## ACTIVITY
The whole of the material needs to be repeated exactly, line for line.

* * * * * * *

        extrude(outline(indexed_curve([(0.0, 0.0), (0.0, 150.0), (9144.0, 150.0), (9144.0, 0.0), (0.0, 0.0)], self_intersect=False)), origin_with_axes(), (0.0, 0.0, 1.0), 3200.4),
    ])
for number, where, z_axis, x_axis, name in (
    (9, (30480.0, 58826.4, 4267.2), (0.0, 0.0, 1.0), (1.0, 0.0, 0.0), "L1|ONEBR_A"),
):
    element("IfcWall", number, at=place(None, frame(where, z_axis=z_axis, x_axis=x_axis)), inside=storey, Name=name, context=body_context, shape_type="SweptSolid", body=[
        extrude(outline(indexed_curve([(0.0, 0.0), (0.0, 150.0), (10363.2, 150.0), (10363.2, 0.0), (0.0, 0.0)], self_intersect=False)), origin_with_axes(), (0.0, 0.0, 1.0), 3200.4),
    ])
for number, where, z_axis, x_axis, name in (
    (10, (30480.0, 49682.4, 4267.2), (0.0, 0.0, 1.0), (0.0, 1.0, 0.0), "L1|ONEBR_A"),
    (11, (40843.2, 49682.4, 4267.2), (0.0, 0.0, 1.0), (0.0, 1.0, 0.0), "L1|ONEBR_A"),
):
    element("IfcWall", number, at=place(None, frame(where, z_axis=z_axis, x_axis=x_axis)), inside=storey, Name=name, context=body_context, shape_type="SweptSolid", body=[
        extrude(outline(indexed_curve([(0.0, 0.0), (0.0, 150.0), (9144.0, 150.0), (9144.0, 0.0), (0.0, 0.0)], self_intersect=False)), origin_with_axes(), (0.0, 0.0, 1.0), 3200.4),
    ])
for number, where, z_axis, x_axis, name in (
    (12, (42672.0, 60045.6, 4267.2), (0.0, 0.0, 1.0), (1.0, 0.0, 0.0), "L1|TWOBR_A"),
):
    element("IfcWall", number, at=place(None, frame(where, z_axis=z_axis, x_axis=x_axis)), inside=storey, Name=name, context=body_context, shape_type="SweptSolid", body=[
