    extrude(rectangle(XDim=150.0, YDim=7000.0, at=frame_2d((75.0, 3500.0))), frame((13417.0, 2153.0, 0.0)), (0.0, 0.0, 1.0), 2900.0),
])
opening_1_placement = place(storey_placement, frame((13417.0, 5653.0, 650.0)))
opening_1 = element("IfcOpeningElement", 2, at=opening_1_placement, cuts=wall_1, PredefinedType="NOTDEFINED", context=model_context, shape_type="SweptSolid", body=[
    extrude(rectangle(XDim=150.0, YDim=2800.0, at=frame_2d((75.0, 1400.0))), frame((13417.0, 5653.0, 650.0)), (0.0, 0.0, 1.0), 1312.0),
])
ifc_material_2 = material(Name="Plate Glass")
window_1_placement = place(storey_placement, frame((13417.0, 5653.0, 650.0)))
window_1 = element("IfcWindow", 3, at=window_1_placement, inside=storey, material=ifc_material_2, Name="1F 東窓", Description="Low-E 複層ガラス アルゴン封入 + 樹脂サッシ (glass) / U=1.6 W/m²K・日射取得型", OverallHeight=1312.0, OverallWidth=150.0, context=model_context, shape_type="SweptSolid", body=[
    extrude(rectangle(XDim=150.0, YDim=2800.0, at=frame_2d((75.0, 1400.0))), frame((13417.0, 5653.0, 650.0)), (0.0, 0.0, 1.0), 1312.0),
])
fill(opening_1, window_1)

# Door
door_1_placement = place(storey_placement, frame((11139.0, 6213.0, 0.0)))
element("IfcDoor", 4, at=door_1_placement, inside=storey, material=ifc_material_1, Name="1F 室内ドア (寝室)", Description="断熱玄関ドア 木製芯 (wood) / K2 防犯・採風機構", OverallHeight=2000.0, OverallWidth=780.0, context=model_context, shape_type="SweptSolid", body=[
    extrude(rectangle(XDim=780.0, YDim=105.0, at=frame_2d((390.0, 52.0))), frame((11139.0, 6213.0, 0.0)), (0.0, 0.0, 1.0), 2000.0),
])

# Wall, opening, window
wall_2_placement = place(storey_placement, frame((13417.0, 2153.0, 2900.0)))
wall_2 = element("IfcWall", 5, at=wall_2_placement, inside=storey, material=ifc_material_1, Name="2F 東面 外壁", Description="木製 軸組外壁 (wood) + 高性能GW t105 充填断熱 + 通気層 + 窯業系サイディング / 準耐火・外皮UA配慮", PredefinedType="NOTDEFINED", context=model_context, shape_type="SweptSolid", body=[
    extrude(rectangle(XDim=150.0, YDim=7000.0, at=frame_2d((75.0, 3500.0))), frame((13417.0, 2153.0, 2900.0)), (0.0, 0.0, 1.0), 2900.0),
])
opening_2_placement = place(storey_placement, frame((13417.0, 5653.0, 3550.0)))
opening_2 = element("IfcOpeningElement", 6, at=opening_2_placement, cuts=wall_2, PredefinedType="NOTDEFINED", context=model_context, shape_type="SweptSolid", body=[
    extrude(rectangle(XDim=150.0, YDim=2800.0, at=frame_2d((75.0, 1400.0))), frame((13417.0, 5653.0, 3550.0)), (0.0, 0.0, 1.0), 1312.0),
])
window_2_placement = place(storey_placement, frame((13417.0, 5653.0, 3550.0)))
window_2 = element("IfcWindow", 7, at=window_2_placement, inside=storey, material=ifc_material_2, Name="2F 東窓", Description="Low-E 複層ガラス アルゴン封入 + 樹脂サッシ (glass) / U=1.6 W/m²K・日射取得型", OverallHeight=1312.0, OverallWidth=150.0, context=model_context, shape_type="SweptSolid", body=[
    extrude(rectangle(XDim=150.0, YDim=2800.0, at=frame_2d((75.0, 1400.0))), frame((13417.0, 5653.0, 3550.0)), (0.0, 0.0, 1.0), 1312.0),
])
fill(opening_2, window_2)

* * * * * * *

## ANSWER TO THE EXERCISE
        extrude(outline(indexed_curve([(0.0, 0.0), (0.0, 150.0), (9144.0, 150.0), (9144.0, 0.0), (0.0, 0.0)], self_intersect=False)), origin_with_axes(), (0.0, 0.0, 1.0), 3200.4),
    ])
for number, where, z_axis, x_axis, name in (
    (9, (30480.0, 58826.4, 4267.2), (0.0, 0.0, 1.0), (1.0, 0.0, 0.0), "L1|ONEBR_A"),
):
    element("IfcWall", number, at=place(None, frame(where, z_axis=z_axis, x_axis=x_axis)), inside=storey, Name=name, context=body_context, shape_type="SweptSolid", body=[
        extrude(outline(indexed_curve([(0.0, 0.0), (0.0, 150.0), (10363.2, 150.0), (10363.2, 0.0), (0.0, 0.0)], self_intersect=False)), origin_with_axes(), (0.0, 0.0, 1.0), 3200.4),
    ])
for number, where, z_axis, x_axis, name in (
    (10, (30480.0, 49682.4, 4267.2), (0.0, 0.0, 1.0), (0.0, 1.0, 0.0), "L1|ONEBR_A"),
    (11, (40843.2, 49682.4, 4267.2), (0.0, 0.0, 1.0), (0.0, 1.0, 0.0), "L1|ONEBR_A"),
):
    element("IfcWall", number, at=place(None, frame(where, z_axis=z_axis, x_axis=x_axis)), inside=storey, Name=name, context=body_context, shape_type="SweptSolid", body=[
        extrude(outline(indexed_curve([(0.0, 0.0), (0.0, 150.0), (9144.0, 150.0), (9144.0, 0.0), (0.0, 0.0)], self_intersect=False)), origin_with_axes(), (0.0, 0.0, 1.0), 3200.4),
    ])
for number, where, z_axis, x_axis, name in (
    (12, (42672.0, 60045.6, 4267.2), (0.0, 0.0, 1.0), (1.0, 0.0, 0.0), "L1|TWOBR_A"),
):
    element("IfcWall", number, at=place(None, frame(where, z_axis=z_axis, x_axis=x_axis)), inside=storey, Name=name, context=body_context, shape_type="SweptSolid", body=[
    extrude(rectangle(XDim=150.0, YDim=7000.0, at=frame_2d((75.0, 3500.0))), frame((13417.0, 2153.0, 0.0)), (0.0, 0.0, 1.0), 2900.0),
])
opening_1_placement = place(storey_placement, frame((13417.0, 5653.0, 650.0)))
opening_1 = element("IfcOpeningElement", 2, at=opening_1_placement, cuts=wall_1, PredefinedType="NOTDEFINED", context=model_context, shape_type="SweptSolid", body=[
    extrude(rectangle(XDim=150.0, YDim=2800.0, at=frame_2d((75.0, 1400.0))), frame((13417.0, 5653.0, 650.0)), (0.0, 0.0, 1.0), 1312.0),
])
ifc_material_2 = material(Name="Plate Glass")
window_1_placement = place(storey_placement, frame((13417.0, 5653.0, 650.0)))
window_1 = element("IfcWindow", 3, at=window_1_placement, inside=storey, material=ifc_material_2, Name="1F 東窓", Description="Low-E 複層ガラス アルゴン封入 + 樹脂サッシ (glass) / U=1.6 W/m²K・日射取得型", OverallHeight=1312.0, OverallWidth=150.0, context=model_context, shape_type="SweptSolid", body=[
    extrude(rectangle(XDim=150.0, YDim=2800.0, at=frame_2d((75.0, 1400.0))), frame((13417.0, 5653.0, 650.0)), (0.0, 0.0, 1.0), 1312.0),
])
fill(opening_1, window_1)

# Door
door_1_placement = place(storey_placement, frame((11139.0, 6213.0, 0.0)))
element("IfcDoor", 4, at=door_1_placement, inside=storey, material=ifc_material_1, Name="1F 室内ドア (寝室)", Description="断熱玄関ドア 木製芯 (wood) / K2 防犯・採風機構", OverallHeight=2000.0, OverallWidth=780.0, context=model_context, shape_type="SweptSolid", body=[
    extrude(rectangle(XDim=780.0, YDim=105.0, at=frame_2d((390.0, 52.0))), frame((11139.0, 6213.0, 0.0)), (0.0, 0.0, 1.0), 2000.0),
])

# Wall, opening, window
wall_2_placement = place(storey_placement, frame((13417.0, 2153.0, 2900.0)))
wall_2 = element("IfcWall", 5, at=wall_2_placement, inside=storey, material=ifc_material_1, Name="2F 東面 外壁", Description="木製 軸組外壁 (wood) + 高性能GW t105 充填断熱 + 通気層 + 窯業系サイディング / 準耐火・外皮UA配慮", PredefinedType="NOTDEFINED", context=model_context, shape_type="SweptSolid", body=[
    extrude(rectangle(XDim=150.0, YDim=7000.0, at=frame_2d((75.0, 3500.0))), frame((13417.0, 2153.0, 2900.0)), (0.0, 0.0, 1.0), 2900.0),
])
opening_2_placement = place(storey_placement, frame((13417.0, 5653.0, 3550.0)))
opening_2 = element("IfcOpeningElement", 6, at=opening_2_placement, cuts=wall_2, PredefinedType="NOTDEFINED", context=model_context, shape_type="SweptSolid", body=[
    extrude(rectangle(XDim=150.0, YDim=2800.0, at=frame_2d((75.0, 1400.0))), frame((13417.0, 5653.0, 3550.0)), (0.0, 0.0, 1.0), 1312.0),
])
window_2_placement = place(storey_placement, frame((13417.0, 5653.0, 3550.0)))
window_2 = element("IfcWindow", 7, at=window_2_placement, inside=storey, material=ifc_material_2, Name="2F 東窓", Description="Low-E 複層ガラス アルゴン封入 + 樹脂サッシ (glass) / U=1.6 W/m²K・日射取得型", OverallHeight=1312.0, OverallWidth=150.0, context=model_context, shape_type="SweptSolid", body=[
    extrude(rectangle(XDim=150.0, YDim=2800.0, at=frame_2d((75.0, 1400.0))), frame((13417.0, 5653.0, 3550.0)), (0.0, 0.0, 1.0), 1312.0),
])
fill(opening_2, window_2)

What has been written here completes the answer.